Ten traffic incidents were accurately predicted at a rate of 91.57% in time zone 3. However, the accuracy rate dropped to 82.35% in time zone 4, which corresponds to the early morning hours with relatively little traffic. This suggests that the prediction success decreases due to the scarcity of traffic events during this period. Compared to other time intervals, the success rate of learning from traffic events is relatively low during the fourth hour.

5. Conclusions

This study demonstrates the effectiveness of a geohash-based prediction model in estimating the locations of traffic incidents. The algorithms produced accurate and dependable estimations of incident locations. The suggested algorithm for predicting traffic incidents achieved a substantial accuracy rate of 90.81%. The use of geohash areas, combined with the consideration of all variables affecting traffic events, greatly influenced the success of the model. Analysis of geohash areas revealed that machine learning algorithms achieved remarkable success in predicting traffic incident locations through the use of geohash-area-based geographical data.
RF, SVM, and k-NN are generally more complex and flexible models. RF works as an ensemble learning method. In this case, it involves creating a strong learner by using multiple weak learners (DT). Ensemble learning increases overall performance by combining different learning strategies. A single tree model such as DT may overfit the training data, leading to overfitting. RF is more resistant to overfitting because it trains trees with random samples and features. For this reason, it gave the best results. SVM and k-NN are generally more flexible and powerful in terms of feature selection. This allows the model to make better use of important features in the dataset.
The prediction model enables dynamic geohash-based predictions. It captures real-time data, allowing for dynamic prediction of traffic incident scenes. Taking into account different time zones is also significant for the model’s ability to quickly adapt to traffic situations. The study’s findings indicate that precise analysis of geographic data, coupled with efficient utilization of geohash-based machine learning algorithms, can substantially aid in forming strategies to mitigate adverse consequences of traffic incidents. These results extend fresh insights to traffic managers and emergency responders on more effective management of traffic incidents to enhance the safety of drivers.
The model’s ability to successfully forecast can be used for automatic alerts and emergency management when integrated into traffic management systems. For example, when high probabilities of traffic incidents are detected in a given area, the system can automatically send alerts and mobilize emergency teams. Predicted traffic incident locations give traffic managers the chance to respond to incidents in advance. In this case, it can help traffic management systems utilize their resources more effectively and better plan emergency responses.
If real-time data from various variables, which may impact traffic accidents and incidents involving cities, traffic conditions, vehicles, and people, are incorporated into the model along with the flow of real-time data collected from various institutions’ databases, traffic events that are likely to occur within specific time frames can be predicted with high accuracy rates, apart from the 74 variables already included in the model. This can significantly improve traffic management and safety by optimizing traffic flow within cities and reducing adverse effects caused by traffic incidents. The prediction model will assist traffic supervisors and emergency response teams in precisely intervening at crucial sites and efficiently managing personnel during traffic incidents.

5.1. Limitations

This study has some limitations. Firstly, it focuses only on a specific region of Istanbul, namely Beylikduzu-Bakirkoy, which may limit the generalizability of the results. Secondly, it uses data from a specific time period covering a period of 16 months. Including a longer time frame may provide a more comprehensive analysis. Thirdly, the use of geohash fields is associated with a certain level of geographical precision.
When considering smaller geographical areas, forecasting success may be more challenging, but it can lead to more precise area estimation.
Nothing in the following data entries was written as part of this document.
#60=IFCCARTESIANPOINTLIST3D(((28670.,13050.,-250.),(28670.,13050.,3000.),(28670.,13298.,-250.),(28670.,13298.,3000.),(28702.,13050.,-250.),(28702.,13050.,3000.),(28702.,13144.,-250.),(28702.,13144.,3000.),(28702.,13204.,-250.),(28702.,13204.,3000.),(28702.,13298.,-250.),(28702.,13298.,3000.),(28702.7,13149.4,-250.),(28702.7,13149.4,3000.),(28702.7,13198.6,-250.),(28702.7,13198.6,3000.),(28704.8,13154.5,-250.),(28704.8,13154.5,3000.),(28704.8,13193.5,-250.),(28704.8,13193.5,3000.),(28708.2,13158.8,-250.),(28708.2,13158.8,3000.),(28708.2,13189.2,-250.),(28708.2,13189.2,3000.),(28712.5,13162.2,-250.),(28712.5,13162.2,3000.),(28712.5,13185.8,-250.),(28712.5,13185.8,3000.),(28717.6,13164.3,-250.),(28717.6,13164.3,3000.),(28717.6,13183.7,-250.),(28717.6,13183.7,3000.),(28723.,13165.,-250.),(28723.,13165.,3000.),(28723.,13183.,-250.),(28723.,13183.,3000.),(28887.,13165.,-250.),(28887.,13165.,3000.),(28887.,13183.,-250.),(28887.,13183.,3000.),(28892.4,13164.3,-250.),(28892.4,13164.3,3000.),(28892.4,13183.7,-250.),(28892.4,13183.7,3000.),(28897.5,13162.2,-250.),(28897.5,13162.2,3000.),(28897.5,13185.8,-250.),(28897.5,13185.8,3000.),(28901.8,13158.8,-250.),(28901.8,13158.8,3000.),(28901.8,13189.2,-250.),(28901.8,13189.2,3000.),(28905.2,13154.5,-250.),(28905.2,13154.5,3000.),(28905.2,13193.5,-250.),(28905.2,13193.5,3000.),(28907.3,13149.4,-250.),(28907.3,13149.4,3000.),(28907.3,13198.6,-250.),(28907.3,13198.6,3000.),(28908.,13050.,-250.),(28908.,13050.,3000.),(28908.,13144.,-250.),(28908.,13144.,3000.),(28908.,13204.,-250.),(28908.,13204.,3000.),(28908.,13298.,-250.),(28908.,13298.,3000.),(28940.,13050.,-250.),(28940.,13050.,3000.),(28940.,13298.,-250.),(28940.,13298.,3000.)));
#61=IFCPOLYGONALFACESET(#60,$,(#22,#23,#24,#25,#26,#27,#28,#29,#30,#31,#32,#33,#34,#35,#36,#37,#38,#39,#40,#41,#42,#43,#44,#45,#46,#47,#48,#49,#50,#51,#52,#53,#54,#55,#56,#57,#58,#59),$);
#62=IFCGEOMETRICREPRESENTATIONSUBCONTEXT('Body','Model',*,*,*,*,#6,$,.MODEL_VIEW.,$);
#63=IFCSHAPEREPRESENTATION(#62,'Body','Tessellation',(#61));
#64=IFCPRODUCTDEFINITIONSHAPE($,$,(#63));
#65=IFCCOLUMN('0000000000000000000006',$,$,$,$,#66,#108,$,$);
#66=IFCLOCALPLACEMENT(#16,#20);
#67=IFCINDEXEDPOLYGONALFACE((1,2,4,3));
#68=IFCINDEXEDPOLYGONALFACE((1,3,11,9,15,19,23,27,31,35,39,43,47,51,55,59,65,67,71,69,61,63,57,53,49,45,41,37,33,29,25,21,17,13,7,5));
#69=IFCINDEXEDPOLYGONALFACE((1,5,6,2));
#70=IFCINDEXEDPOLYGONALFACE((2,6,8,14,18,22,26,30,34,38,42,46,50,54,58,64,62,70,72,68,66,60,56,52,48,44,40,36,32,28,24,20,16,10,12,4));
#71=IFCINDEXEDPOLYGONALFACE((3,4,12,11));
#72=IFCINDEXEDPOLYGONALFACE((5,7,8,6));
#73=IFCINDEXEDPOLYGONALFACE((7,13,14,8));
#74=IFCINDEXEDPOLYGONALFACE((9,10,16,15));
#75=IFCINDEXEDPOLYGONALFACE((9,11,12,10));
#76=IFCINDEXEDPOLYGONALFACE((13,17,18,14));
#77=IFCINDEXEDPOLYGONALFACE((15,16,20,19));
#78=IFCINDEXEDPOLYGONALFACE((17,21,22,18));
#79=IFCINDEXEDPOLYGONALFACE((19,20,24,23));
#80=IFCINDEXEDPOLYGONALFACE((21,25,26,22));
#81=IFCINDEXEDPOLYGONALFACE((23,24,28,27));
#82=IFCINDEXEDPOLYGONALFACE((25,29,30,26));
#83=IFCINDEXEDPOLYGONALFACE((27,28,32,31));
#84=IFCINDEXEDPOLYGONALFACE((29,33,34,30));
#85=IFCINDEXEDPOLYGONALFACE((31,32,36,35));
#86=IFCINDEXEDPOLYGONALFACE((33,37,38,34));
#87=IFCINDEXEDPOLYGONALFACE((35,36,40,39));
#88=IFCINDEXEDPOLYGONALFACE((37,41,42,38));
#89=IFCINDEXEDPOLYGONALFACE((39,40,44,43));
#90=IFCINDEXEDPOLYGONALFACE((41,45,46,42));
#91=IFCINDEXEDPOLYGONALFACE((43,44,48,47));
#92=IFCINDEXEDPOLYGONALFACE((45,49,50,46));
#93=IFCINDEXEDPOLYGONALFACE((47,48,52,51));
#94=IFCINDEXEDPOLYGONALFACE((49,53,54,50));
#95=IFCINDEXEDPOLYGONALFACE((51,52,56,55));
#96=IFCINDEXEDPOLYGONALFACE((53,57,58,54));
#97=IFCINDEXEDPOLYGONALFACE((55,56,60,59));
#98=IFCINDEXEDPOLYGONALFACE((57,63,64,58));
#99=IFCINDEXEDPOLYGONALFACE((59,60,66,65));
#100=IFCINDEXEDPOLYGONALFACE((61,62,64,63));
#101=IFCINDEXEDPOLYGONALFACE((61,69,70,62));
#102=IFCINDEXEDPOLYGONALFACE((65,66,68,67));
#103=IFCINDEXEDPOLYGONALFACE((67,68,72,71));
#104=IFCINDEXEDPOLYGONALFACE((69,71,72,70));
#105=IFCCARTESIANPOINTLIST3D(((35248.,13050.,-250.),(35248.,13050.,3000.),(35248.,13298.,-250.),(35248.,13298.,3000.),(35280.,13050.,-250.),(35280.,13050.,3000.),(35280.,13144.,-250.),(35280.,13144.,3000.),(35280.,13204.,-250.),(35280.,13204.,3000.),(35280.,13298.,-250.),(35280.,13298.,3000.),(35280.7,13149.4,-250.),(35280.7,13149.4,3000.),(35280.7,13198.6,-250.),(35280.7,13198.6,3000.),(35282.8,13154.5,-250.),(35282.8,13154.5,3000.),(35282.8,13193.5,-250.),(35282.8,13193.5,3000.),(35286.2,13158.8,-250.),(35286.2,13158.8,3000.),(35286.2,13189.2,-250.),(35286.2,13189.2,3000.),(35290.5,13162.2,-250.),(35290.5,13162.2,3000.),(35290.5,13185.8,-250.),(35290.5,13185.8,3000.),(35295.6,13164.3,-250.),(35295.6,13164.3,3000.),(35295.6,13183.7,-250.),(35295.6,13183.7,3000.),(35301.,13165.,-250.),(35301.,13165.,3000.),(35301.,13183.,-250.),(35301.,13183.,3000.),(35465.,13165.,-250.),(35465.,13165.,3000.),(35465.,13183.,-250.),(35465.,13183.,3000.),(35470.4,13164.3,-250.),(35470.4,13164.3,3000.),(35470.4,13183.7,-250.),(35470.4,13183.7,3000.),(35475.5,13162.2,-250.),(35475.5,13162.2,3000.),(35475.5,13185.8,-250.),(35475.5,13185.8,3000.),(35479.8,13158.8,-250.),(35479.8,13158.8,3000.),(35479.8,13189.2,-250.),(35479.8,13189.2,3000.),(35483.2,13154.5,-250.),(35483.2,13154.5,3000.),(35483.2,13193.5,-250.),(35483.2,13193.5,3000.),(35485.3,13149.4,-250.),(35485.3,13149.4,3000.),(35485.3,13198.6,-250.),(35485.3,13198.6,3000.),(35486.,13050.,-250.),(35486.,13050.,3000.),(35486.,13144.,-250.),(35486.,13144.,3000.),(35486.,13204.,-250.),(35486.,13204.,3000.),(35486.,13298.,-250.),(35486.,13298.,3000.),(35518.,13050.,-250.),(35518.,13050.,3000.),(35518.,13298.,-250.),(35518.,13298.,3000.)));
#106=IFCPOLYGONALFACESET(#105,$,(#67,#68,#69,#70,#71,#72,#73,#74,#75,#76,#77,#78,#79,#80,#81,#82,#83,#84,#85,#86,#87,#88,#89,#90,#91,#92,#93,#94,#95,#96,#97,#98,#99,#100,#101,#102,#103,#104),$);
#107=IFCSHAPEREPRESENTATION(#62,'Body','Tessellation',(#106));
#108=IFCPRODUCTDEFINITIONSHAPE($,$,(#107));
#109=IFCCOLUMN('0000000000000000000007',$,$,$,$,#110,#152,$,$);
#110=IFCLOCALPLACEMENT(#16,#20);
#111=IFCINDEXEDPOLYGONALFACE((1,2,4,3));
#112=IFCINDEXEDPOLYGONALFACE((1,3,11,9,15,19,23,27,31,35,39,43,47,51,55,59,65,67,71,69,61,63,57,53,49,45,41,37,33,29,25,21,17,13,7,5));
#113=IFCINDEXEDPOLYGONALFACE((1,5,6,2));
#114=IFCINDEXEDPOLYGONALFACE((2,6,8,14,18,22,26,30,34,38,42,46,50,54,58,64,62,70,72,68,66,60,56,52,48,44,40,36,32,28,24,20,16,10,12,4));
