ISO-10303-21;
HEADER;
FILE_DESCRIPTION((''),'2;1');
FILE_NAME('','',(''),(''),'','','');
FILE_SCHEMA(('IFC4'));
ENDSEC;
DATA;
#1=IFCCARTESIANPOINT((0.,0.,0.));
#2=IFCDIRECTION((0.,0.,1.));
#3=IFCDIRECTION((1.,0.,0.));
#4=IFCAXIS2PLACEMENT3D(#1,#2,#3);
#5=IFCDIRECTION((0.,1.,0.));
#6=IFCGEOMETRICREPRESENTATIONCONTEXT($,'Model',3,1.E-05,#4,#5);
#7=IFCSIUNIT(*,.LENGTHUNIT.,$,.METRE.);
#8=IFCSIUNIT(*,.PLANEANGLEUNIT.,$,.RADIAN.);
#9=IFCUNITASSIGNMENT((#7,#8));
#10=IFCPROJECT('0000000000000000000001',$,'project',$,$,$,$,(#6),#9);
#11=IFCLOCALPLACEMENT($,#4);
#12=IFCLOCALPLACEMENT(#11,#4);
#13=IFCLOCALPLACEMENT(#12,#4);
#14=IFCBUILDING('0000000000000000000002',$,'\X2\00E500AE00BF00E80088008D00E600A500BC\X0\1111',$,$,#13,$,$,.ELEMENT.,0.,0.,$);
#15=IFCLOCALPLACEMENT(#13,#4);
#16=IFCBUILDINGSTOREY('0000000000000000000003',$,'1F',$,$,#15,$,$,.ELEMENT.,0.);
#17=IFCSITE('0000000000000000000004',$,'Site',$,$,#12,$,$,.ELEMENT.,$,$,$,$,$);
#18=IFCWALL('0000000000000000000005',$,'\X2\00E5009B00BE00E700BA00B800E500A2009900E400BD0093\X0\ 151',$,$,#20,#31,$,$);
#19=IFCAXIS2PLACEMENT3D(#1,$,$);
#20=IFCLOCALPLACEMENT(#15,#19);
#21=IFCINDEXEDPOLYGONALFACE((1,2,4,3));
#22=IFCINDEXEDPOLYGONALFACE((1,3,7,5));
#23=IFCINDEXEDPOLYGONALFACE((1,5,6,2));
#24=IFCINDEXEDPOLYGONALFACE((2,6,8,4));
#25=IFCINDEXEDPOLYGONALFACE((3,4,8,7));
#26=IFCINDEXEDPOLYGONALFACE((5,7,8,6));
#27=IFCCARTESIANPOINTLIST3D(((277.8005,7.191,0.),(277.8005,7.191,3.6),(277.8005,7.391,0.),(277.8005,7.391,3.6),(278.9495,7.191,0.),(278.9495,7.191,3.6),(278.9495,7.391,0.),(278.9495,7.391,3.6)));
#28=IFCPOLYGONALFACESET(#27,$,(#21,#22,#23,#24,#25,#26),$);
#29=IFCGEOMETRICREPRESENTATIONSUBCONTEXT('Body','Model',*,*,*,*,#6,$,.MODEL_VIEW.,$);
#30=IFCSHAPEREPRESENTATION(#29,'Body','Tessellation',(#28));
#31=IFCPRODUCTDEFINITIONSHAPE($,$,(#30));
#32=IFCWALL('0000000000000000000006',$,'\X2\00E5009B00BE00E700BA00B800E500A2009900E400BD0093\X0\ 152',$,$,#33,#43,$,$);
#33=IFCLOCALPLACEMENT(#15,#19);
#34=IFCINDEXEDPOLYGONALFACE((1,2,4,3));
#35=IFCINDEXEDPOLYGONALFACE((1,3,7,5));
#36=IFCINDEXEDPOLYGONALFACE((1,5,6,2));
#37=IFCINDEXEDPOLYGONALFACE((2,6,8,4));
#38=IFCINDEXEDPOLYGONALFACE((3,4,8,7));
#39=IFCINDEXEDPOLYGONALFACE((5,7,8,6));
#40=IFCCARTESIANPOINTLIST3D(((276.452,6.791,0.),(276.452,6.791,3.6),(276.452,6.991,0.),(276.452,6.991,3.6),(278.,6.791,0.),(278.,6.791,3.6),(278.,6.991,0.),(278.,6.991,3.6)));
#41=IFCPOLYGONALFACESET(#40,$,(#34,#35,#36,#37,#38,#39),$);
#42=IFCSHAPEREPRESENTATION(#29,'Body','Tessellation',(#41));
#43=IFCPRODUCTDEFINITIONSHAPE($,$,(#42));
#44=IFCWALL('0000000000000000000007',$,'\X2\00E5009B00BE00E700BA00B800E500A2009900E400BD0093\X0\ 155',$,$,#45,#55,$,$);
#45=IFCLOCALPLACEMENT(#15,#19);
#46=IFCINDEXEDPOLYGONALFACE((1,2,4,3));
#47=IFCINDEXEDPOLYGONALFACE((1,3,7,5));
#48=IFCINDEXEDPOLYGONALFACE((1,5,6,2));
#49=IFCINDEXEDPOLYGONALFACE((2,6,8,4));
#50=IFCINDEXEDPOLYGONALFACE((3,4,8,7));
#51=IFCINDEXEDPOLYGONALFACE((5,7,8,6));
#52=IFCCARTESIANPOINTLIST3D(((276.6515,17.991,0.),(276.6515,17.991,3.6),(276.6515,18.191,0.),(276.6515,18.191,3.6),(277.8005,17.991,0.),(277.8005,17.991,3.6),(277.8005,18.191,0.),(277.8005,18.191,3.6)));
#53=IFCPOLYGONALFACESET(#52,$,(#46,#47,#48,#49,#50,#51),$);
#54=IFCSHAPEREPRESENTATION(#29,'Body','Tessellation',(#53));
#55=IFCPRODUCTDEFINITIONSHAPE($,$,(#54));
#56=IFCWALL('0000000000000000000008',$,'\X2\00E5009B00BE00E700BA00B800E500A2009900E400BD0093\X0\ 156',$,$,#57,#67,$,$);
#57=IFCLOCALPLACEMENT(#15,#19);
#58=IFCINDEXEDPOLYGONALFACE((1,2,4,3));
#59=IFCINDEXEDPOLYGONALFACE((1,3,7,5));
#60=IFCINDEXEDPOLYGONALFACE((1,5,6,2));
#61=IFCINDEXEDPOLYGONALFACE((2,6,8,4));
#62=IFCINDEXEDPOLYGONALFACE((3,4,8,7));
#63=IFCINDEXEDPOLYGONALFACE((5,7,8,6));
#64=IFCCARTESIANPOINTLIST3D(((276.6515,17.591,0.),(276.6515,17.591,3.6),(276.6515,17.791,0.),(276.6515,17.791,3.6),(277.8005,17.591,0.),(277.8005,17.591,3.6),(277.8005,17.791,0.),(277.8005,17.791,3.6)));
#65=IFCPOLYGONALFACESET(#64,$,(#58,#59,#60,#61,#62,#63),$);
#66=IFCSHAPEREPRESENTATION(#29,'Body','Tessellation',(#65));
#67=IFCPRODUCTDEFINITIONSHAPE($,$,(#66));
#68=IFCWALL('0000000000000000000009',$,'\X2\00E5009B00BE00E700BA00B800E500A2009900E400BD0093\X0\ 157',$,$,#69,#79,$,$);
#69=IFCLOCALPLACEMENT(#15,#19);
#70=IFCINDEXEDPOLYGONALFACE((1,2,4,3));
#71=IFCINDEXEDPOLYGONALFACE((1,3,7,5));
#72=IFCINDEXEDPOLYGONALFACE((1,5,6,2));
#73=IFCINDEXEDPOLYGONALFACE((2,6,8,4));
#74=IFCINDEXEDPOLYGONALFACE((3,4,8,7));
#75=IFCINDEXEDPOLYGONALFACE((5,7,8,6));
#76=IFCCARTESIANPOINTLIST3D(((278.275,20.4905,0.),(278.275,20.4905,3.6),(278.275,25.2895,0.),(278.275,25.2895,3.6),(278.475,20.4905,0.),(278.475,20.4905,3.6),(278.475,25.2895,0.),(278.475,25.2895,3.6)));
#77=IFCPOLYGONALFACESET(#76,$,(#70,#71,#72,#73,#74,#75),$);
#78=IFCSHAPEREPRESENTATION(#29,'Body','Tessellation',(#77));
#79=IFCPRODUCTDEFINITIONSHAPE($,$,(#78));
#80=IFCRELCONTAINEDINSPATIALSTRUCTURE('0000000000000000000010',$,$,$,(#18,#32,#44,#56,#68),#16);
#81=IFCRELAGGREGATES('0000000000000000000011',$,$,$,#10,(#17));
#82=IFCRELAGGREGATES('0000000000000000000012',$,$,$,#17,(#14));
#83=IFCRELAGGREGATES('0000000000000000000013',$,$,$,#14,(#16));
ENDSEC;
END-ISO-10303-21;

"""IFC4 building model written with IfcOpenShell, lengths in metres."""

from ifc_helpers import new_model, si_unit, direction, frame, frame_2d, origin_with_axes, place, context, subcontext, project, spatial, rectangle, extrude, element, save


model = new_model("IFC4")

# Units and contexts
model_context = context("Model", 3, precision=1e-05, world=origin_with_axes(), true_north=direction((0.0, 1.0, 0.0)))
body_context = subcontext(model_context, "Body", "Model", "MODEL_VIEW")
ifc_project = project(units=[si_unit("LENGTHUNIT", "METRE"), si_unit("PLANEANGLEUNIT", "RADIAN")], contexts=[model_context])

# Site, building, storey
placement = place(None, origin_with_axes())
site_placement = place(placement, origin_with_axes())
site = spatial("IfcSite", under=ifc_project, at=site_placement, Name="Site", CompositionType="ELEMENT")
building_placement = place(site_placement, origin_with_axes())
building = spatial("IfcBuilding", under=site, at=building_placement, Name="å®¿è\u0088\u008dæ¥¼1111", CompositionType="ELEMENT", ElevationOfRefHeight=0.0, ElevationOfTerrain=0.0)
storey_placement = place(building_placement, origin_with_axes())
storey = spatial("IfcBuildingStorey", under=building, at=storey_placement, Name="1F", CompositionType="ELEMENT", Elevation=0.0)

# Walls
wall_1_placement = place(storey_placement, frame((278.375, 7.291, 0.0), z_axis=(0.0, 0.0, 1.0), x_axis=(-1.0, 0.0, 0.0)))
element("IfcWall", 1, at=wall_1_placement, inside=storey, Name="å\u009b¾çº¸å¢\u0099ä½\u0093 151", context=body_context, shape_type="SweptSolid", body=[
    extrude(rectangle(XDim=1.149, YDim=0.2, at=frame_2d((0.0, 0.0), x_axis=(1.0, 0.0, 0.0))), frame((0.0, 0.0, 0.0), z_axis=(0.0, 0.0, 1.0)), (0.0, 0.0, 1.0), 3.6),
])
wall_2_placement = place(storey_placement, frame((277.226, 6.891, 0.0), z_axis=(0.0, 0.0, 1.0), x_axis=(1.0, 0.0, 0.0)))
element("IfcWall", 2, at=wall_2_placement, inside=storey, Name="å\u009b¾çº¸å¢\u0099ä½\u0093 152", context=body_context, shape_type="SweptSolid", body=[
    extrude(rectangle(XDim=1.548, YDim=0.2, at=frame_2d((0.0, 0.0), x_axis=(1.0, 0.0, 0.0))), frame((0.0, 0.0, 0.0), z_axis=(0.0, 0.0, 1.0)), (0.0, 0.0, 1.0), 3.6),
])
for number, where, z_axis, x_axis, name in (
    (3, (277.226, 18.091, 0.0), (0.0, 0.0, 1.0), (1.0, 0.0, 0.0), "å\u009b¾çº¸å¢\u0099ä½\u0093 155"),
    (4, (277.226, 17.691, 0.0), (0.0, 0.0, 1.0), (1.0, 0.0, 0.0), "å\u009b¾çº¸å¢\u0099ä½\u0093 156"),
):
    element("IfcWall", number, at=place(storey_placement, frame(where, z_axis=z_axis, x_axis=x_axis)), inside=storey, Name=name, context=body_context, shape_type="SweptSolid", body=[
        extrude(rectangle(XDim=1.149, YDim=0.2, at=frame_2d((0.0, 0.0), x_axis=(1.0, 0.0, 0.0))), frame((0.0, 0.0, 0.0), z_axis=(0.0, 0.0, 1.0)), (0.0, 0.0, 1.0), 3.6),
    ])
wall_3_placement = place(storey_placement, frame((278.375, 22.89, 0.0), z_axis=(0.0, 0.0, 1.0), x_axis=(0.0, -1.0, 0.0)))
element("IfcWall", 5, at=wall_3_placement, inside=storey, Name="å\u009b¾çº¸å¢\u0099ä½\u0093 157", context=body_context, shape_type="SweptSolid", body=[
    extrude(rectangle(XDim=4.799, YDim=0.2, at=frame_2d((0.0, 0.0), x_axis=(1.0, 0.0, 0.0))), frame((0.0, 0.0, 0.0), z_axis=(0.0, 0.0, 1.0)), (0.0, 0.0, 1.0), 3.6),
])

save(model, "model.ifc")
On the other hand, if larger geographical areas are taken into account using geohash codes, prediction success may increase, but location accuracy may decrease. Additionally, the study’s model selection and evaluation metrics are based on a specific preference. These results could have been different if a specific algorithm or metric had been chosen.

5.2. Future Research

This study focuses on a specific geographical region. Future research could assess the effectiveness of a similar model in different cities, regions, or countries. Examining the impact of various geographical conditions, cultural factors, and traffic regulations can provide a more comprehensive understanding of the model’s general applicability. Additionally, comparing changes in traffic incident locations over time with ongoing traffic incidents in that area can be useful. Periodic factors should be analyzed in addition to feature selection to comprehensively address the factors affecting traffic incidents.
Our study introduced an innovative approach based on geohash, utilizing ArcGIS and machine learning algorithms. Future research could develop a more comprehensive approach by integrating different variables and various data sources not included in the current study into the model. In addition to the research conducted, gathering and consolidating real-time data from the various analyzed regions could potentially lead to significant advancements in future studies. This approach provides the advantage of predicting traffic incidents instantaneously, thus allowing for a swift response by emergency response teams.

Author Contributions

Conceptualization, M.U.; methodology, M.U.; software, M.U.; validation, Y.S.T. and M.U.; formal analysis, M.U.; investigation, M.U.; resources, E.K.; data curation, M.U. and Y.S.T.; writing—original draft preparation, M.U.; writing—review and editing, Y.S.T.; visualization, M.U. and Y.S.T.; supervision, M.U. and Y.S.T.; project administration, Y.S.T. and E.K. All authors have read and agreed to the published version of the manuscript.

Funding

This research received no external funding.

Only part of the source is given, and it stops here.